= Exercise brief =
Print the records below word for word, beginning with the first line and ending once the line containing "#197=IFCRELAGGREGATES('0000000000000000000012',$,$,$,#12,(#20));" is printed.

[Source records]
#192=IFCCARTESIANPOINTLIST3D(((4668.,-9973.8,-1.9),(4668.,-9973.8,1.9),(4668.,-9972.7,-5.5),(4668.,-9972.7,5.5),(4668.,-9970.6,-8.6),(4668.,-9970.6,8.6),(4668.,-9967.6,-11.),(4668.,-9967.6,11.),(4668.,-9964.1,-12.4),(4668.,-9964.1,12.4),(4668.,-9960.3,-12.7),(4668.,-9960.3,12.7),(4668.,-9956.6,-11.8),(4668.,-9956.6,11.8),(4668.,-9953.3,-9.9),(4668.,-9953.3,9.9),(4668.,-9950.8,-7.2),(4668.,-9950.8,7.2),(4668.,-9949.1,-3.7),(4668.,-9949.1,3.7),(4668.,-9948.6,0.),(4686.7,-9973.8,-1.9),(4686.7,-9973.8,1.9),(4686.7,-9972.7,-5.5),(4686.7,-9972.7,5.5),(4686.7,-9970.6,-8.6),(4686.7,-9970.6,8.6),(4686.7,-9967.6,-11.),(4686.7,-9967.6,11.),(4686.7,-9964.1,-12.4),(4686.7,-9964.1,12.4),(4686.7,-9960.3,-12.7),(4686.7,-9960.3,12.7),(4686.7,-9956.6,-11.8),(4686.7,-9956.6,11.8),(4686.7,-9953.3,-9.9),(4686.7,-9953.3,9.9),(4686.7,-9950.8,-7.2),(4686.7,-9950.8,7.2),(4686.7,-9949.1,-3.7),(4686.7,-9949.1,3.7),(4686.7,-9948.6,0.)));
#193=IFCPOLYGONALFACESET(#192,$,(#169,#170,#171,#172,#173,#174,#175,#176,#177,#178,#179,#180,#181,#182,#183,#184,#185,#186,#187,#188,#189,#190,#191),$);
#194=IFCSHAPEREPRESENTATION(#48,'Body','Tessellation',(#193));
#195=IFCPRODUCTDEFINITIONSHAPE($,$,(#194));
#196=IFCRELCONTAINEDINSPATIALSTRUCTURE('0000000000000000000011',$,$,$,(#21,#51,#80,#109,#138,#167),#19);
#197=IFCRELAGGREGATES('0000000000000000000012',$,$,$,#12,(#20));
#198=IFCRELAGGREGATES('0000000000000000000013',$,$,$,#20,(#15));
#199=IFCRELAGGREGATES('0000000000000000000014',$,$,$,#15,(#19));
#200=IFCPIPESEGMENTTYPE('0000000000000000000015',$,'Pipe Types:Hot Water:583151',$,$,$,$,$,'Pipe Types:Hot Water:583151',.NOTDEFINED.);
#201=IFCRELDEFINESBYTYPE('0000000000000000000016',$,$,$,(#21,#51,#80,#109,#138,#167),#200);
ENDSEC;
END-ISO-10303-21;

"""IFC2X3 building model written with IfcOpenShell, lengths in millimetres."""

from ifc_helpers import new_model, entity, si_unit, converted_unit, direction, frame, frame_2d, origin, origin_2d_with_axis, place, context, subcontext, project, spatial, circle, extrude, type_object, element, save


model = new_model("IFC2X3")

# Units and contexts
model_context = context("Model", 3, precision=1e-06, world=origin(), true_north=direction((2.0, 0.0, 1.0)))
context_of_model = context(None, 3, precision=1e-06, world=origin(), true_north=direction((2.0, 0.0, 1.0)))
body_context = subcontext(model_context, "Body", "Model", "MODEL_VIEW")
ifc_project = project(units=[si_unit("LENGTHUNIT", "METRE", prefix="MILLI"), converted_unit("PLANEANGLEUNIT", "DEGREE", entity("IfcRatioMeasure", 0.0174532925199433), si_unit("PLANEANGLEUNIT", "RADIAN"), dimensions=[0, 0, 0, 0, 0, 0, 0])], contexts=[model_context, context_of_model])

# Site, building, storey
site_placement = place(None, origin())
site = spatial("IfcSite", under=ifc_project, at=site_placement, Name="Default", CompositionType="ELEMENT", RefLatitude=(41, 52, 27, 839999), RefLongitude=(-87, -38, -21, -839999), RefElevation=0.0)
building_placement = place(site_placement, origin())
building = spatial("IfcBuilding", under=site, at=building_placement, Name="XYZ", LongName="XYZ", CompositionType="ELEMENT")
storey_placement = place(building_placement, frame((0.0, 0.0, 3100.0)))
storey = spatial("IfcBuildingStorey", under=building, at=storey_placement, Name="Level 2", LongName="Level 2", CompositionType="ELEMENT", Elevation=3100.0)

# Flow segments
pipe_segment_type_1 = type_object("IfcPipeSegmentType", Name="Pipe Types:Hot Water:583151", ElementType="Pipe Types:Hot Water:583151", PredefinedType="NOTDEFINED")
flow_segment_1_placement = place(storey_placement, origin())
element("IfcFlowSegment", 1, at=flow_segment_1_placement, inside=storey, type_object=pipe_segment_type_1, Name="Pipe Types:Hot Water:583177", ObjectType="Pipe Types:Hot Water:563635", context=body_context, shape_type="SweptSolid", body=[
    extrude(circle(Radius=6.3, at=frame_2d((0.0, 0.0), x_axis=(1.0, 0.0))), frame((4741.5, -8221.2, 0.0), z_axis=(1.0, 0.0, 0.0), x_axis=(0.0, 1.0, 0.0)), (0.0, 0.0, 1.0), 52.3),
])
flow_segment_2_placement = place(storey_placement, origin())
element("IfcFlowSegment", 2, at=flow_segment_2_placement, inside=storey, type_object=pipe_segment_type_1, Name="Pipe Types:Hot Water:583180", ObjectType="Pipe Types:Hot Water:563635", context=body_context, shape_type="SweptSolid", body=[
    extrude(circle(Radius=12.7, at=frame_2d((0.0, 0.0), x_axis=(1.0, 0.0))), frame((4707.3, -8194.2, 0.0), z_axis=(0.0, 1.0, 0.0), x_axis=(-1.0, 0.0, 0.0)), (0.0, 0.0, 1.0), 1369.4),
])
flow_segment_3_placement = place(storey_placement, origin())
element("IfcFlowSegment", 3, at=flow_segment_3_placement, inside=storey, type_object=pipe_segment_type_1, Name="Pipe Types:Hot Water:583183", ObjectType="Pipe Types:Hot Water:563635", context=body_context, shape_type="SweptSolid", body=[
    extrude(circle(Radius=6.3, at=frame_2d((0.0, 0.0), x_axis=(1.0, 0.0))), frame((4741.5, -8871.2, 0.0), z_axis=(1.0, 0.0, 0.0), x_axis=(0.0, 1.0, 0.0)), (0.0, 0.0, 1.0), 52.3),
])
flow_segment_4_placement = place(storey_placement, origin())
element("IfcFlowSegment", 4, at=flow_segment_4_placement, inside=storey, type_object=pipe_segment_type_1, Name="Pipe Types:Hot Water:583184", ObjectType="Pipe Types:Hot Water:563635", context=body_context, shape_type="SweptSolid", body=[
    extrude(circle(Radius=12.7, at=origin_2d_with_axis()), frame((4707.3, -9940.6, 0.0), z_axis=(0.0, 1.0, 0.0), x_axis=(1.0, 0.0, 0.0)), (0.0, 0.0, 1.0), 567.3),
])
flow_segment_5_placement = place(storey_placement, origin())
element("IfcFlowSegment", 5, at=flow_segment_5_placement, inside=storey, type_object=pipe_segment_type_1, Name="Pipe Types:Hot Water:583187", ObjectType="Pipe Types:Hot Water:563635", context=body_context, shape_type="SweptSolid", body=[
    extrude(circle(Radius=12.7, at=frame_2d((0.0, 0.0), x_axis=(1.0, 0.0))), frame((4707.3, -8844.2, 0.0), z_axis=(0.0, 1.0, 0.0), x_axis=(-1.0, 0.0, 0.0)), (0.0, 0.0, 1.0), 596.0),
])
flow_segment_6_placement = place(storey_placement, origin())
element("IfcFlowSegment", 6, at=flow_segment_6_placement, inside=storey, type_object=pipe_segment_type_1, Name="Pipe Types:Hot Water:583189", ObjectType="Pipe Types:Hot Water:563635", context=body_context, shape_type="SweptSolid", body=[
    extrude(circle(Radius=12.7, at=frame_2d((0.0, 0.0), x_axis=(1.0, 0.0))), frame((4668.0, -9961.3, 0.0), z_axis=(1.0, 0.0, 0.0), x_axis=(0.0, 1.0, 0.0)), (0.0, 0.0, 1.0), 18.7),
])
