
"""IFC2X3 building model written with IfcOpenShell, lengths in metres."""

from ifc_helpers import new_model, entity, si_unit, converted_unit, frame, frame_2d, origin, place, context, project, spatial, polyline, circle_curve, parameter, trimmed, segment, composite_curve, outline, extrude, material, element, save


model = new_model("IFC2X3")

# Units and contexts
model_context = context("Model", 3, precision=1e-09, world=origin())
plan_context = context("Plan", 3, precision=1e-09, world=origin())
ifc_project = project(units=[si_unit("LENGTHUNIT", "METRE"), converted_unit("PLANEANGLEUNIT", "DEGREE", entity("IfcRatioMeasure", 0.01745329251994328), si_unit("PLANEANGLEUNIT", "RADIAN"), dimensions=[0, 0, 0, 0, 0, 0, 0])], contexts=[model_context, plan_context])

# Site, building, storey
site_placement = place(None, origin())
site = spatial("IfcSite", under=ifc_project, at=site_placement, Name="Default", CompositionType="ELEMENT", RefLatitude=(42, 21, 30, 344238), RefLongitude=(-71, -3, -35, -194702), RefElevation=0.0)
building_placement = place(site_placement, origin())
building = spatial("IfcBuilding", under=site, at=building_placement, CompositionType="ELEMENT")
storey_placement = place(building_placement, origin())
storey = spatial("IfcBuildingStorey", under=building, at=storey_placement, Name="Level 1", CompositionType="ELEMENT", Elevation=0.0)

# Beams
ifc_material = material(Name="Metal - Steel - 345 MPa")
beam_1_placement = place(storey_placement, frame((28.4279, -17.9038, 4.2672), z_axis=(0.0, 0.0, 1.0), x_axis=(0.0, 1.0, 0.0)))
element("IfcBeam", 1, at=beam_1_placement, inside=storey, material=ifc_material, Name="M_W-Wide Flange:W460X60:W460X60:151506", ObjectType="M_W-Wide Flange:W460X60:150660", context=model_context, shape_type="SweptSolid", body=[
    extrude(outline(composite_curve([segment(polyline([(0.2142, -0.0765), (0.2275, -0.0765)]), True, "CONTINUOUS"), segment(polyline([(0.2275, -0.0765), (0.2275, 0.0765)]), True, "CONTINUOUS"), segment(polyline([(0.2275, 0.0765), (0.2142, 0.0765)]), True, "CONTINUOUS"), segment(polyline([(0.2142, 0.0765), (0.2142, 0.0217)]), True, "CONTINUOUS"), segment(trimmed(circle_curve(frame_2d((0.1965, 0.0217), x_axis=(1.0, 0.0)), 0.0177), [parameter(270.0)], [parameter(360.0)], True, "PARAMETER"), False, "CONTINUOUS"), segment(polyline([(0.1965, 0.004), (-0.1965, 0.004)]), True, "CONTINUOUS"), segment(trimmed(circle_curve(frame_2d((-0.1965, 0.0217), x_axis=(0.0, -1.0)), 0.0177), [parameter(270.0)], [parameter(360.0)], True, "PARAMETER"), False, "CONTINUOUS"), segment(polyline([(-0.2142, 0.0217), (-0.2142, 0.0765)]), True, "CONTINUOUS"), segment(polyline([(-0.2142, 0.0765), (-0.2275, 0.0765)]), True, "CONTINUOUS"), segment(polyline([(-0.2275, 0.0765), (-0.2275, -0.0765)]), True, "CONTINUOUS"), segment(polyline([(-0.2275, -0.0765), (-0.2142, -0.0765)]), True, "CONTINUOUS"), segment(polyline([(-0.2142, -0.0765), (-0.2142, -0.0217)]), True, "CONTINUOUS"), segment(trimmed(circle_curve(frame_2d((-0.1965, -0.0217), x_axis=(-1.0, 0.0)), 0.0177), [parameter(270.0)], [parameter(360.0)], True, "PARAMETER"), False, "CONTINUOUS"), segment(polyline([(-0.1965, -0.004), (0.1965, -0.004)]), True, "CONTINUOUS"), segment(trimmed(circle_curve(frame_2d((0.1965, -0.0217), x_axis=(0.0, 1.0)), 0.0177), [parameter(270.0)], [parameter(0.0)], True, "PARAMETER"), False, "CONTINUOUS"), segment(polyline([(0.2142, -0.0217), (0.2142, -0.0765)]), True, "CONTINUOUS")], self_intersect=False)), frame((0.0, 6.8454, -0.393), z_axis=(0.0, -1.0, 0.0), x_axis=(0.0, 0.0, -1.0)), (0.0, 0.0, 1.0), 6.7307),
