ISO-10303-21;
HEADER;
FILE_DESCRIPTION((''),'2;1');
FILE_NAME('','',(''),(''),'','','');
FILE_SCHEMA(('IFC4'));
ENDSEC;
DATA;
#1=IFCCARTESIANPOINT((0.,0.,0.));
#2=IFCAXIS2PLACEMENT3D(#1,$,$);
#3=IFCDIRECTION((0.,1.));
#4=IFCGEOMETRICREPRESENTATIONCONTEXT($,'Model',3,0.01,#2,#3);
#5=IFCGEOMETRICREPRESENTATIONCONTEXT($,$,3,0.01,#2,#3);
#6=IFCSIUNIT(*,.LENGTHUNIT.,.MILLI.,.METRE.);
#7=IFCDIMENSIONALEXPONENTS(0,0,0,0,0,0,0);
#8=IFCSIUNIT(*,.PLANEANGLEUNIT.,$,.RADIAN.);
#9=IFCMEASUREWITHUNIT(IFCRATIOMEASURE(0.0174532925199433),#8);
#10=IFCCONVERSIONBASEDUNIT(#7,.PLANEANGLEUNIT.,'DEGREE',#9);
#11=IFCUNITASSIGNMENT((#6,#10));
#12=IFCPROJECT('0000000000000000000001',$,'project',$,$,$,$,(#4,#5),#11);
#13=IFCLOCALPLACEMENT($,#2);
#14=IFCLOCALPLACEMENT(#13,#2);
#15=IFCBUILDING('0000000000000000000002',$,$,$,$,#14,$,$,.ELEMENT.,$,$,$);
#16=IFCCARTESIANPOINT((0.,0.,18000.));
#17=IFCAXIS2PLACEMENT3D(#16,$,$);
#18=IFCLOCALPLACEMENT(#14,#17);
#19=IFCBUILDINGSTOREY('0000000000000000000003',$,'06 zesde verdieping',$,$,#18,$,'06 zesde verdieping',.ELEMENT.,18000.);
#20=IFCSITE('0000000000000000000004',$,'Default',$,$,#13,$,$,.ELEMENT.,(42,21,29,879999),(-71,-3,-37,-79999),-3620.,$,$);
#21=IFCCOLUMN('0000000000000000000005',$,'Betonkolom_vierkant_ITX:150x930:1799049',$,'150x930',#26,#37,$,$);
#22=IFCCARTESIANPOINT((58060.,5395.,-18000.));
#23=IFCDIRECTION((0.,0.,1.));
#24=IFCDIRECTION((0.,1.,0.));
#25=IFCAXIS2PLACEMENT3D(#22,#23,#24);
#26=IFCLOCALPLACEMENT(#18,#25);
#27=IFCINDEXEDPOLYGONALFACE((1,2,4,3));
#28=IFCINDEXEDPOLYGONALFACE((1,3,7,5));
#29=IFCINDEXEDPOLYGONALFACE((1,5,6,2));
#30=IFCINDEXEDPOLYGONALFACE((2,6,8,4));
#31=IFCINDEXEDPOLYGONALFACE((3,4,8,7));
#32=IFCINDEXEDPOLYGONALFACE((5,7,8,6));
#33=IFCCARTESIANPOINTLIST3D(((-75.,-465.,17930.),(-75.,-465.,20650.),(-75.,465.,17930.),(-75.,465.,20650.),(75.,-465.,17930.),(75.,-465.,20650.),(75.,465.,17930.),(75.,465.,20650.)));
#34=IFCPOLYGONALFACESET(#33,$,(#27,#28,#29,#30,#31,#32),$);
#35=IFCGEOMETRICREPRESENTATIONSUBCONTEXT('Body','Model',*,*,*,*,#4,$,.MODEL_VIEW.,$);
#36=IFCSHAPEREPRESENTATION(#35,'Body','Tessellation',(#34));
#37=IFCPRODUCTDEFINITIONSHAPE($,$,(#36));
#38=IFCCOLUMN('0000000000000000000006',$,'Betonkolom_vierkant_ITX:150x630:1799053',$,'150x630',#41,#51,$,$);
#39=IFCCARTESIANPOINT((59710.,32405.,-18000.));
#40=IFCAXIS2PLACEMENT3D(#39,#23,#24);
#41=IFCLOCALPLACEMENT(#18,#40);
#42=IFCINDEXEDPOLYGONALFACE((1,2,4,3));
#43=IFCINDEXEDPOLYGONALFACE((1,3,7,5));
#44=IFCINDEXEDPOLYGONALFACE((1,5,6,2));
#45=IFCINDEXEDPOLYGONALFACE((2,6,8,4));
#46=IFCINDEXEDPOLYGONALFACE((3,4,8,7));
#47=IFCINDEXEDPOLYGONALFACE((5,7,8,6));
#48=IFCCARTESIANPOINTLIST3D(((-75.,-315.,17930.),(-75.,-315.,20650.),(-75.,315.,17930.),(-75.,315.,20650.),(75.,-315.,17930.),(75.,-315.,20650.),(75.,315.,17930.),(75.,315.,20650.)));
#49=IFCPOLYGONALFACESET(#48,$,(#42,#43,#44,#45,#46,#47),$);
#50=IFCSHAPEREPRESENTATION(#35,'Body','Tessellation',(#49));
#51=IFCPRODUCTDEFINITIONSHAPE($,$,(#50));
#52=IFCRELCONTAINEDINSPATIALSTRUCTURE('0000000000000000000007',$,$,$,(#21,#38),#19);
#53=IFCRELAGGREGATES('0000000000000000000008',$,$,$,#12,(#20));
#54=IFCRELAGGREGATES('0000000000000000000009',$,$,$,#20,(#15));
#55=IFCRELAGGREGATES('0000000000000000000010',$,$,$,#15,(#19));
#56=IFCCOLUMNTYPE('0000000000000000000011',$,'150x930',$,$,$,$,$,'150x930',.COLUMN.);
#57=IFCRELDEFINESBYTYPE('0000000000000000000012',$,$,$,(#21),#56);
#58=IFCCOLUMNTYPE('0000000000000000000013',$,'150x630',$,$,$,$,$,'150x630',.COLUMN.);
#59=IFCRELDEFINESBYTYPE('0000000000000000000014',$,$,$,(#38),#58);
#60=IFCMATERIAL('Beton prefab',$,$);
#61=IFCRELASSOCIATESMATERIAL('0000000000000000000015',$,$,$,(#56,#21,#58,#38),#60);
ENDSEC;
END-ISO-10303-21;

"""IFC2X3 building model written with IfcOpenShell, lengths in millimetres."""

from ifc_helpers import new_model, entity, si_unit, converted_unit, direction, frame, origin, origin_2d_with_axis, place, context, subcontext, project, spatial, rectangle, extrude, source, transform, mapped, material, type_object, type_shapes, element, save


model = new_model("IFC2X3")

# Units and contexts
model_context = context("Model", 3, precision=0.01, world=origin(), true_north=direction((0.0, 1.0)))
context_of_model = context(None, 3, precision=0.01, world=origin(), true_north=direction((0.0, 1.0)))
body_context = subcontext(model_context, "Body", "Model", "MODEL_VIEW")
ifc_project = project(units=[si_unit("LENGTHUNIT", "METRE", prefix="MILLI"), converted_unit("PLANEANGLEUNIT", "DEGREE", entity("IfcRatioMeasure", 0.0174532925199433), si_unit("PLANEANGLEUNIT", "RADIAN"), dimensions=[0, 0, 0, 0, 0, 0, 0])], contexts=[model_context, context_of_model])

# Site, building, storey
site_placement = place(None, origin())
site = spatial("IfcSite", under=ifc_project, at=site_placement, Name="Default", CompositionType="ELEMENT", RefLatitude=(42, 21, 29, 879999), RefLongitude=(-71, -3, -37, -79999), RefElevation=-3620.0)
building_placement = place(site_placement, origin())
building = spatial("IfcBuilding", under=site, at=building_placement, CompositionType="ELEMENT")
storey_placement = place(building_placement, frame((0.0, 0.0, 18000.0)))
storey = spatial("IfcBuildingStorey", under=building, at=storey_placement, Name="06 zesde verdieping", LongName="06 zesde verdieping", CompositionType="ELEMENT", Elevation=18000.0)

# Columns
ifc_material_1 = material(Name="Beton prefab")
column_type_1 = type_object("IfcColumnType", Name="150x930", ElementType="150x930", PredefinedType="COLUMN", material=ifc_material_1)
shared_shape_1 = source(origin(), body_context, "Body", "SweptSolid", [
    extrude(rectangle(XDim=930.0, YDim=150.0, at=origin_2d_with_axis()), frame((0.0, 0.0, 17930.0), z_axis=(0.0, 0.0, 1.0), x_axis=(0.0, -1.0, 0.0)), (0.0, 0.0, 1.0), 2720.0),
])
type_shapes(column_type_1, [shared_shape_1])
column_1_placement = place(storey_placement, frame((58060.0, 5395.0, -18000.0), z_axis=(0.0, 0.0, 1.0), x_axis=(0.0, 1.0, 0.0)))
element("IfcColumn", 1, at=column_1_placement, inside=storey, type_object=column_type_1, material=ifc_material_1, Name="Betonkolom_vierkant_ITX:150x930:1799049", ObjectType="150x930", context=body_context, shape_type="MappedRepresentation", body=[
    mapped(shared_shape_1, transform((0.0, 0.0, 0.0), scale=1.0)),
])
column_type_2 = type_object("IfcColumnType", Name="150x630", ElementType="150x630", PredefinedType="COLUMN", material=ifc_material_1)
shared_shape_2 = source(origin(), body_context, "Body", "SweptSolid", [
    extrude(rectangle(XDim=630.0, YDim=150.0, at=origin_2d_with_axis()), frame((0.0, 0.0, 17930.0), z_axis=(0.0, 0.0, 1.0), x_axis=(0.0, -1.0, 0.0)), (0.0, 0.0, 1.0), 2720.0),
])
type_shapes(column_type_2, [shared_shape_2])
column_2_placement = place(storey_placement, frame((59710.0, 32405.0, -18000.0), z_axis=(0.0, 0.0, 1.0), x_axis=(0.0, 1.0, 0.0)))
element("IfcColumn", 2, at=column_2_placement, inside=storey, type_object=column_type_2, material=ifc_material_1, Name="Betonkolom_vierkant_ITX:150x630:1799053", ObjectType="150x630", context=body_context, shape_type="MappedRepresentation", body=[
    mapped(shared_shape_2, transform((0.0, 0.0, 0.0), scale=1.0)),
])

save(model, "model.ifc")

= Solution to this problem =
#192=IFCCARTESIANPOINTLIST3D(((4668.,-9973.8,-1.9),(4668.,-9973.8,1.9),(4668.,-9972.7,-5.5),(4668.,-9972.7,5.5),(4668.,-9970.6,-8.6),(4668.,-9970.6,8.6),(4668.,-9967.6,-11.),(4668.,-9967.6,11.),(4668.,-9964.1,-12.4),(4668.,-9964.1,12.4),(4668.,-9960.3,-12.7),(4668.,-9960.3,12.7),(4668.,-9956.6,-11.8),(4668.,-9956.6,11.8),(4668.,-9953.3,-9.9),(4668.,-9953.3,9.9),(4668.,-9950.8,-7.2),(4668.,-9950.8,7.2),(4668.,-9949.1,-3.7),(4668.,-9949.1,3.7),(4668.,-9948.6,0.),(4686.7,-9973.8,-1.9),(4686.7,-9973.8,1.9),(4686.7,-9972.7,-5.5),(4686.7,-9972.7,5.5),(4686.7,-9970.6,-8.6),(4686.7,-9970.6,8.6),(4686.7,-9967.6,-11.),(4686.7,-9967.6,11.),(4686.7,-9964.1,-12.4),(4686.7,-9964.1,12.4),(4686.7,-9960.3,-12.7),(4686.7,-9960.3,12.7),(4686.7,-9956.6,-11.8),(4686.7,-9956.6,11.8),(4686.7,-9953.3,-9.9),(4686.7,-9953.3,9.9),(4686.7,-9950.8,-7.2),(4686.7,-9950.8,7.2),(4686.7,-9949.1,-3.7),(4686.7,-9949.1,3.7),(4686.7,-9948.6,0.)));
#193=IFCPOLYGONALFACESET(#192,$,(#169,#170,#171,#172,#173,#174,#175,#176,#177,#178,#179,#180,#181,#182,#183,#184,#185,#186,#187,#188,#189,#190,#191),$);
#194=IFCSHAPEREPRESENTATION(#48,'Body','Tessellation',(#193));
#195=IFCPRODUCTDEFINITIONSHAPE($,$,(#194));
#196=IFCRELCONTAINEDINSPATIALSTRUCTURE('0000000000000000000011',$,$,$,(#21,#51,#80,#109,#138,#167),#19);
#197=IFCRELAGGREGATES('0000000000000000000012',$,$,$,#12,(#20));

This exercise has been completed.